Saved entries
● ● ● ● ● ● ●
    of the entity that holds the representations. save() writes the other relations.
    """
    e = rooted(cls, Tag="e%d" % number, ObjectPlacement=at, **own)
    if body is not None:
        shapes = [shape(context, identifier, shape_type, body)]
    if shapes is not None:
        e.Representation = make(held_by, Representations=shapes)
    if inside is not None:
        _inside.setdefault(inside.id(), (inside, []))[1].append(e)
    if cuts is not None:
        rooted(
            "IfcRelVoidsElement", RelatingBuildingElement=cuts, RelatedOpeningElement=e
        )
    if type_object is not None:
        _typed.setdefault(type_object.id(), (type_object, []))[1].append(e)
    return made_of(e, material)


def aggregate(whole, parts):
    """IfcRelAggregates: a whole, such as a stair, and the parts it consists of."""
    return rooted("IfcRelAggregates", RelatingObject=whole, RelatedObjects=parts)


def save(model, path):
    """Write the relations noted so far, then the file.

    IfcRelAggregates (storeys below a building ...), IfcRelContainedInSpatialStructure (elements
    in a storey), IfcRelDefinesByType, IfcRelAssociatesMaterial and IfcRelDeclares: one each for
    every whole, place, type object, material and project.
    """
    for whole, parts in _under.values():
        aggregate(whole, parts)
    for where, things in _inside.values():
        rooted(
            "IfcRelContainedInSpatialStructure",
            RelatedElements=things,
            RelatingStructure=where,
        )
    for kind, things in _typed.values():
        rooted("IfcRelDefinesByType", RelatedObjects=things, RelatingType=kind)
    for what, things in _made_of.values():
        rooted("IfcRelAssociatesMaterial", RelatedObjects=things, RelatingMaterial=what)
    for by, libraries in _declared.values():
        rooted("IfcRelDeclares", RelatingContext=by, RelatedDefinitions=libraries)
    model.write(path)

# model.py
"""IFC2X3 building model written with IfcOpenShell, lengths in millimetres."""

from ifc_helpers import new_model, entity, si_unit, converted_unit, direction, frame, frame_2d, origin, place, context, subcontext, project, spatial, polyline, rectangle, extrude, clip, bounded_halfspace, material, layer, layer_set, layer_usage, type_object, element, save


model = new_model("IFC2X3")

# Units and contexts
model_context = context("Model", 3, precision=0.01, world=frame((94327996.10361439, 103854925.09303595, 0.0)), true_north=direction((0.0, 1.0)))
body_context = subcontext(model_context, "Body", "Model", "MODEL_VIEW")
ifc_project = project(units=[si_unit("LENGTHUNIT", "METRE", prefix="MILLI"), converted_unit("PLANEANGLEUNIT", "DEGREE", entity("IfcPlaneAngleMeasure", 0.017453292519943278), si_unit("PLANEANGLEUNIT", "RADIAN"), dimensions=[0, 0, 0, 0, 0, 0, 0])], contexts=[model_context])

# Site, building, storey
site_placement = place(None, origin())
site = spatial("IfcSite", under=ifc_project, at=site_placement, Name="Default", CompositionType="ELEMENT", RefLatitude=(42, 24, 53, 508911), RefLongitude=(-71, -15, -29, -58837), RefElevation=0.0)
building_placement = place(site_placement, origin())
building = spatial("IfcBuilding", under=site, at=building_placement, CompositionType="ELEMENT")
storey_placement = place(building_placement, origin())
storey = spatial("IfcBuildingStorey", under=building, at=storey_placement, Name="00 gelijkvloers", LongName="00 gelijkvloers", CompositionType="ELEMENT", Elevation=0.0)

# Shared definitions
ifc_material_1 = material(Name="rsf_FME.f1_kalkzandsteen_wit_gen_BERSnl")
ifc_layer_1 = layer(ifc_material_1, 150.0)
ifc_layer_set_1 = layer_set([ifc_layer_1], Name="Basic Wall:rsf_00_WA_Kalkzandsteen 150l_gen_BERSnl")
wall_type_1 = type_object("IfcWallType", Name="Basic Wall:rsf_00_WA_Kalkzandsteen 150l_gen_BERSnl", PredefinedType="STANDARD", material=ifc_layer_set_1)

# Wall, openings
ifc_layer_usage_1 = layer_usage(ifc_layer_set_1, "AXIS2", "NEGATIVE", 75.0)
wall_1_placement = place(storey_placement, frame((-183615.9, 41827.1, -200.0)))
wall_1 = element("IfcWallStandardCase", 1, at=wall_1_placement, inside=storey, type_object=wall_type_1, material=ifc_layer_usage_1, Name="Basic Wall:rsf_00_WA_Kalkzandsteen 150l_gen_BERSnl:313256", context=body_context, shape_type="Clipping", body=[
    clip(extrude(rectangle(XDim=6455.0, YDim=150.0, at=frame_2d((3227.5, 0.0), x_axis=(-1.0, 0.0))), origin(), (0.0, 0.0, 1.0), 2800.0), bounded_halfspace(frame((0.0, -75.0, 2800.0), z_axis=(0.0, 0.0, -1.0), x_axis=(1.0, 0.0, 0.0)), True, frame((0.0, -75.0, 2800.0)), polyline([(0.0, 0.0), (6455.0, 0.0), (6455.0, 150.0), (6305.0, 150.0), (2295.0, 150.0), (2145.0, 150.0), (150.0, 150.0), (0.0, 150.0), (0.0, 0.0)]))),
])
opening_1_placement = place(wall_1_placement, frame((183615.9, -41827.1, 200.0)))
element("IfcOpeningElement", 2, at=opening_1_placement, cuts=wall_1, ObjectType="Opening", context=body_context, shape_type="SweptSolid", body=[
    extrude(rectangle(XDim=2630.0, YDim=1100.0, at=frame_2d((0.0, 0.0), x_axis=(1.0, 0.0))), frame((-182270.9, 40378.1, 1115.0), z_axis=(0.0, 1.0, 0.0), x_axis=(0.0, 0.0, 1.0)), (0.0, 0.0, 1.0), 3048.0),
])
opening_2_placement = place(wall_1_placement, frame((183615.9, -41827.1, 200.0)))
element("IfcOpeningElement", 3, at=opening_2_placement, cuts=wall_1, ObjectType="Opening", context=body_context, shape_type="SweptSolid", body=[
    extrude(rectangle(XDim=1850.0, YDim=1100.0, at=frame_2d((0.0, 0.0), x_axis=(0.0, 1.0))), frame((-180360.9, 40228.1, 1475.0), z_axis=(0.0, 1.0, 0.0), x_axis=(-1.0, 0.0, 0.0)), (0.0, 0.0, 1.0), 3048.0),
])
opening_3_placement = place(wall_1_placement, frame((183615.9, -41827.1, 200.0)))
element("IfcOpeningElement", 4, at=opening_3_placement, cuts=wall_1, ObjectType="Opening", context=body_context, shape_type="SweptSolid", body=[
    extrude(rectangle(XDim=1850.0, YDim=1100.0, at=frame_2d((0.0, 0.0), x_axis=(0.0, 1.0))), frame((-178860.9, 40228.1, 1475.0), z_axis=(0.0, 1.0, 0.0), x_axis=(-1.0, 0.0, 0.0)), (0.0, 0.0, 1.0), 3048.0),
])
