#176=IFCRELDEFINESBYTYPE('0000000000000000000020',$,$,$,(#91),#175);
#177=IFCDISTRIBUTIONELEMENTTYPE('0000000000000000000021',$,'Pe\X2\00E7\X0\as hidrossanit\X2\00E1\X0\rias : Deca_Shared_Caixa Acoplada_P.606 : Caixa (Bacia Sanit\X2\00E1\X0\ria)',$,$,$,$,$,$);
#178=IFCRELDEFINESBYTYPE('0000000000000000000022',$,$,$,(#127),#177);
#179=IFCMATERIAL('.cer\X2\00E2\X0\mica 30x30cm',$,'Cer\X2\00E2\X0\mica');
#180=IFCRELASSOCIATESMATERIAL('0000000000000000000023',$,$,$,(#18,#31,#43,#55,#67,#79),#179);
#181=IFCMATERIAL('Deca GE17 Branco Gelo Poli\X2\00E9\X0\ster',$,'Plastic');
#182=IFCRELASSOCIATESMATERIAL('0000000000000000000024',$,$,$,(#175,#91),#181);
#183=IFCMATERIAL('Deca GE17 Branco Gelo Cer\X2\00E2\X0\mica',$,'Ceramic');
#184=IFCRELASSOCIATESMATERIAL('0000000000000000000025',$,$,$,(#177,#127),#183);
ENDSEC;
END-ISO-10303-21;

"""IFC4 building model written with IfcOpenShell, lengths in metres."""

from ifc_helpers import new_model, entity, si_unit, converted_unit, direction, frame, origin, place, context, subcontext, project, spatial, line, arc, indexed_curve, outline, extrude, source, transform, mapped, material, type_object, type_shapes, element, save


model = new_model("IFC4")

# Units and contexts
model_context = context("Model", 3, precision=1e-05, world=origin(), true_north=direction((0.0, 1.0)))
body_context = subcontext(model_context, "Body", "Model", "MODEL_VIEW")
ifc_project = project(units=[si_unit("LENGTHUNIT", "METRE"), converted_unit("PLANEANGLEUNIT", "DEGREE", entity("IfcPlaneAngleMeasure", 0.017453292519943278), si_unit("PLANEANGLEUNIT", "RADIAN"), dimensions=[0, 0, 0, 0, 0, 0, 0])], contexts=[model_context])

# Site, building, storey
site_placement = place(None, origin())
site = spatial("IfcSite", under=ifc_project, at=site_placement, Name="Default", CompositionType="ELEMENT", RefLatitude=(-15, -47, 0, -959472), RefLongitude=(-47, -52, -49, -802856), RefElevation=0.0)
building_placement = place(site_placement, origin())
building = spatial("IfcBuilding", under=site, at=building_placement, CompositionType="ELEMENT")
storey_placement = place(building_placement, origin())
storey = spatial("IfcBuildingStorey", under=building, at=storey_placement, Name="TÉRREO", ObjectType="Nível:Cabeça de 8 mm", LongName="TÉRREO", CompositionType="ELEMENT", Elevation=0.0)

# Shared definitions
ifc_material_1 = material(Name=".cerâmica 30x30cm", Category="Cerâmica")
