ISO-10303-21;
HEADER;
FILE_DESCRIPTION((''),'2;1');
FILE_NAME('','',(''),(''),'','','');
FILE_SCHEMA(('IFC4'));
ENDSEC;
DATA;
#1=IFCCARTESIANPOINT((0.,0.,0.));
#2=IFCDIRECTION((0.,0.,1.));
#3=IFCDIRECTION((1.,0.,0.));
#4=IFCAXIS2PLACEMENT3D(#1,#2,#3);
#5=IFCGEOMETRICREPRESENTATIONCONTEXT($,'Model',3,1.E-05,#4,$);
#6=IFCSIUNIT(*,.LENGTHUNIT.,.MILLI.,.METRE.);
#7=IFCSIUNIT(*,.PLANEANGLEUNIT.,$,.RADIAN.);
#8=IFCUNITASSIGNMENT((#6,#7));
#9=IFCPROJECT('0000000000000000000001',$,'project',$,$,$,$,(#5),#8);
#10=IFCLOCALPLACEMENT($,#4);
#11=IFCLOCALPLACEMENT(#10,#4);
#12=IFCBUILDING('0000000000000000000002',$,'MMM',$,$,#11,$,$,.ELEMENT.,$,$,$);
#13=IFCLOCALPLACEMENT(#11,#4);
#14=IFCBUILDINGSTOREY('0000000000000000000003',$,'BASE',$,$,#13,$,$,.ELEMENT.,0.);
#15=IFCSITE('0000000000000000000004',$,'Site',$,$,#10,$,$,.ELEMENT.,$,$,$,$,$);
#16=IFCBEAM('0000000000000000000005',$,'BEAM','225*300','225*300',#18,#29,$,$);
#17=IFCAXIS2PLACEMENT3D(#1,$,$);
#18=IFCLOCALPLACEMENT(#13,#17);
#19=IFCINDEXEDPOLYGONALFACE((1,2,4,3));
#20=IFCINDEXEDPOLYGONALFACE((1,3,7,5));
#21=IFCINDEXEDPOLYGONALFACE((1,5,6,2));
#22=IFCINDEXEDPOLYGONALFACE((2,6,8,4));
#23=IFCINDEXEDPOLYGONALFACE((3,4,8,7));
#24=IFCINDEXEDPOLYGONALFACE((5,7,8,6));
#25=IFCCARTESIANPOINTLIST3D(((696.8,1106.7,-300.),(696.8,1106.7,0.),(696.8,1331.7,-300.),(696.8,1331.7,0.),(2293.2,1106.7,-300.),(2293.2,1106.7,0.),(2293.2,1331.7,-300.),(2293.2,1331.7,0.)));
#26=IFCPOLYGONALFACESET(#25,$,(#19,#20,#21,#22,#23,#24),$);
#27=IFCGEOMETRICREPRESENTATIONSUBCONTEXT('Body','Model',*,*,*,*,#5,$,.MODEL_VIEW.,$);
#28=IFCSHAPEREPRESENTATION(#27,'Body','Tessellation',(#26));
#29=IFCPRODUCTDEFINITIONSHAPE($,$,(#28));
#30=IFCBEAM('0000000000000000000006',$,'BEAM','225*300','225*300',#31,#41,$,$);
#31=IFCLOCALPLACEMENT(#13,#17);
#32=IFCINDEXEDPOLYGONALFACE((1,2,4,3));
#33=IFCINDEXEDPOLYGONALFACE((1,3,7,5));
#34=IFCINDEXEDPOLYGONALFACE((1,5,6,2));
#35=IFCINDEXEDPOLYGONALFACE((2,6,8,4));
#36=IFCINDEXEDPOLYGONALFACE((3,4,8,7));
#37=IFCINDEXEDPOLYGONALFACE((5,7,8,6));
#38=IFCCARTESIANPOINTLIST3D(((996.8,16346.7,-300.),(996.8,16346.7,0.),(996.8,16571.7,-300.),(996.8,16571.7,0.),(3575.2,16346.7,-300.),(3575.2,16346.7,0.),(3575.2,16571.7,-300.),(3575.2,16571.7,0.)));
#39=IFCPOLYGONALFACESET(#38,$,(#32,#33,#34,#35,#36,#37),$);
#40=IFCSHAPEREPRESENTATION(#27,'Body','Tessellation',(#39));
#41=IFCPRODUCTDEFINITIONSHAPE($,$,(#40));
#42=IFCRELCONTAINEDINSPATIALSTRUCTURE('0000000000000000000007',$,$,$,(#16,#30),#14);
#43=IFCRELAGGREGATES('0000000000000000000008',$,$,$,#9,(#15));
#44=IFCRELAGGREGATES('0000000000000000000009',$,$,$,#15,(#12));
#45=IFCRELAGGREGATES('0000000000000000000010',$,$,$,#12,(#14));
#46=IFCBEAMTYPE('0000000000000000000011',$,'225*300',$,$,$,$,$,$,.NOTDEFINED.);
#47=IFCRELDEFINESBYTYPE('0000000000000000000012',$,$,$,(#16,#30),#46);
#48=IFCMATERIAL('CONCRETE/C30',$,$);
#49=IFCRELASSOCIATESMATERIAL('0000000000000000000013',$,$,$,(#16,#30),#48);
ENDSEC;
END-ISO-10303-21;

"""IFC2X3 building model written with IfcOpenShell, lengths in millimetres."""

from ifc_helpers import new_model, si_unit, frame, origin_with_axes, origin_2d_with_axis, place, context, subcontext, project, spatial, rectangle, extrude, material, type_object, element, save


model = new_model("IFC2X3")

# Units and contexts
model_context = context("Model", 3, precision=1e-05, world=origin_with_axes())
body_context = subcontext(model_context, "Body", "Model", "MODEL_VIEW")
ifc_project = project(units=[si_unit("LENGTHUNIT", "METRE", prefix="MILLI"), si_unit("PLANEANGLEUNIT", "RADIAN")], contexts=[model_context])

# Site, building, storey
site_placement = place(None, origin_with_axes())
site = spatial("IfcSite", under=ifc_project, at=site_placement, Name="Site", CompositionType="ELEMENT")
building_placement = place(site_placement, origin_with_axes())
building = spatial("IfcBuilding", under=site, at=building_placement, Name="MMM", CompositionType="ELEMENT")
storey_placement = place(building_placement, origin_with_axes())
storey = spatial("IfcBuildingStorey", under=building, at=storey_placement, Name="BASE", CompositionType="ELEMENT", Elevation=0.0)

# Shared definitions
ifc_material = material(Name="CONCRETE/C30")

# Beams
beam_type = type_object("IfcBeamType", Name="225*300", PredefinedType="NOTDEFINED")
beam_1_placement = place(storey_placement, frame((696.8, 1219.2, -150.0), z_axis=(0.0, 0.0, 1.0), x_axis=(1.0, 0.0, 0.0)))
element("IfcBeam", 1, at=beam_1_placement, inside=storey, type_object=beam_type, material=ifc_material, Name="BEAM", Description="225*300", ObjectType="225*300", context=body_context, shape_type="SweptSolid", body=[
    extrude(rectangle(XDim=225.0, YDim=300.0, at=origin_2d_with_axis()), frame((1596.4, 0.0, 0.0), z_axis=(-1.0, 0.0, 0.0), x_axis=(0.0, -1.0, 0.0)), (0.0, 0.0, 1.0), 1596.4),
])
beam_2_placement = place(storey_placement, frame((996.8, 16459.2, -150.0), z_axis=(0.0, 0.0, 1.0), x_axis=(1.0, 0.0, 0.0)))
element("IfcBeam", 2, at=beam_2_placement, inside=storey, type_object=beam_type, material=ifc_material, Name="BEAM", Description="225*300", ObjectType="225*300", context=body_context, shape_type="SweptSolid", body=[
    extrude(rectangle(XDim=225.0, YDim=300.0, at=origin_2d_with_axis()), frame((2578.4, 0.0, 0.0), z_axis=(-1.0, 0.0, 0.0), x_axis=(0.0, -1.0, 0.0)), (0.0, 0.0, 1.0), 2578.4),
])

save(model, "model.ifc")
● ● ● ● ● ● ●
### TASK TO COMPLETE:
Lines holding the string "cuts" must be copied out of the entries above.

### SOLUTION FOR THIS TASK:
    if cuts is not None:
            "IfcRelVoidsElement", RelatingBuildingElement=cuts, RelatedOpeningElement=e
element("IfcOpeningElement", 2, at=opening_1_placement, cuts=wall_1, ObjectType="Opening", context=body_context, shape_type="SweptSolid", body=[
element("IfcOpeningElement", 3, at=opening_2_placement, cuts=wall_1, ObjectType="Opening", context=body_context, shape_type="SweptSolid", body=[
element("IfcOpeningElement", 4, at=opening_3_placement, cuts=wall_1, ObjectType="Opening", context=body_context, shape_type="SweptSolid", body=[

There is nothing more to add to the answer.